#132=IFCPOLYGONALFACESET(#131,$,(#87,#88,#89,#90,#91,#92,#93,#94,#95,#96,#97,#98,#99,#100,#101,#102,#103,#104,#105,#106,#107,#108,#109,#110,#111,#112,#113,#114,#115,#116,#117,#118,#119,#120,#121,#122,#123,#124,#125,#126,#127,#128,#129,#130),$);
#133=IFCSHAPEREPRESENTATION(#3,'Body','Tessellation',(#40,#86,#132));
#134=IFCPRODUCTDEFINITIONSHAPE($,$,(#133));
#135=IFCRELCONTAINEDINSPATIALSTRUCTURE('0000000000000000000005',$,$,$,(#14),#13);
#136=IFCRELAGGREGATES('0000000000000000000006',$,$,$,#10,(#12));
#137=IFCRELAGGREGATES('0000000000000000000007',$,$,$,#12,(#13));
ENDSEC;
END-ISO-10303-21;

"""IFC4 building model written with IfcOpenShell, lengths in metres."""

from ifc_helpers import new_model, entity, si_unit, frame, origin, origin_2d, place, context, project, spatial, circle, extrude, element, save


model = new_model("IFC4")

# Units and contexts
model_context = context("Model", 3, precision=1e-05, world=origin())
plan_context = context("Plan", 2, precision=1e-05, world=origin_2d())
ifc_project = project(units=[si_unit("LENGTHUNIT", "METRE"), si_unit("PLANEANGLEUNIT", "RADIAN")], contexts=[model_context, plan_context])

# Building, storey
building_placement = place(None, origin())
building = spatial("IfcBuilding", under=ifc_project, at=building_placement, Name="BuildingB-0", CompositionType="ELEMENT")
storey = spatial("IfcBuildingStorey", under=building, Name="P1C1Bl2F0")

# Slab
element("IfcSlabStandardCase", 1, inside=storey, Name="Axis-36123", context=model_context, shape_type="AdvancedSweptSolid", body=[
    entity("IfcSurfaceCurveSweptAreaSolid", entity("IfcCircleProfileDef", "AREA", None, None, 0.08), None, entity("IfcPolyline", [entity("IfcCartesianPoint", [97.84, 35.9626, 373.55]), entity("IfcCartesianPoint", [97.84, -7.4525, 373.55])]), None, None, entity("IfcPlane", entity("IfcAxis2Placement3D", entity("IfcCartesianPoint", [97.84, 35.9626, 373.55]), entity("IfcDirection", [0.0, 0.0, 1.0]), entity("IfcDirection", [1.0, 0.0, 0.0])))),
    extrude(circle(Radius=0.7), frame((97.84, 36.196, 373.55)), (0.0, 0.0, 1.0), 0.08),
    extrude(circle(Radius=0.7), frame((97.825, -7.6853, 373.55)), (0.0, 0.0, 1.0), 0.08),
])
◆ ◆ ◆ ◆ ◆ ◆ ◆
- _What is needed_
Starting at the line with "#134=IFCPRODUCTDEFINITIONSHAPE($,$,(#133));" and ending at the line with "# Units and contexts", print each line of the listing above exactly, with no other lines.

- _Written answer_
#134=IFCPRODUCTDEFINITIONSHAPE($,$,(#133));
#135=IFCRELCONTAINEDINSPATIALSTRUCTURE('0000000000000000000005',$,$,$,(#14),#13);
#136=IFCRELAGGREGATES('0000000000000000000006',$,$,$,#10,(#12));
#137=IFCRELAGGREGATES('0000000000000000000007',$,$,$,#12,(#13));
ENDSEC;
END-ISO-10303-21;

"""IFC4 building model written with IfcOpenShell, lengths in metres."""

from ifc_helpers import new_model, entity, si_unit, frame, origin, origin_2d, place, context, project, spatial, circle, extrude, element, save


model = new_model("IFC4")

# Units and contexts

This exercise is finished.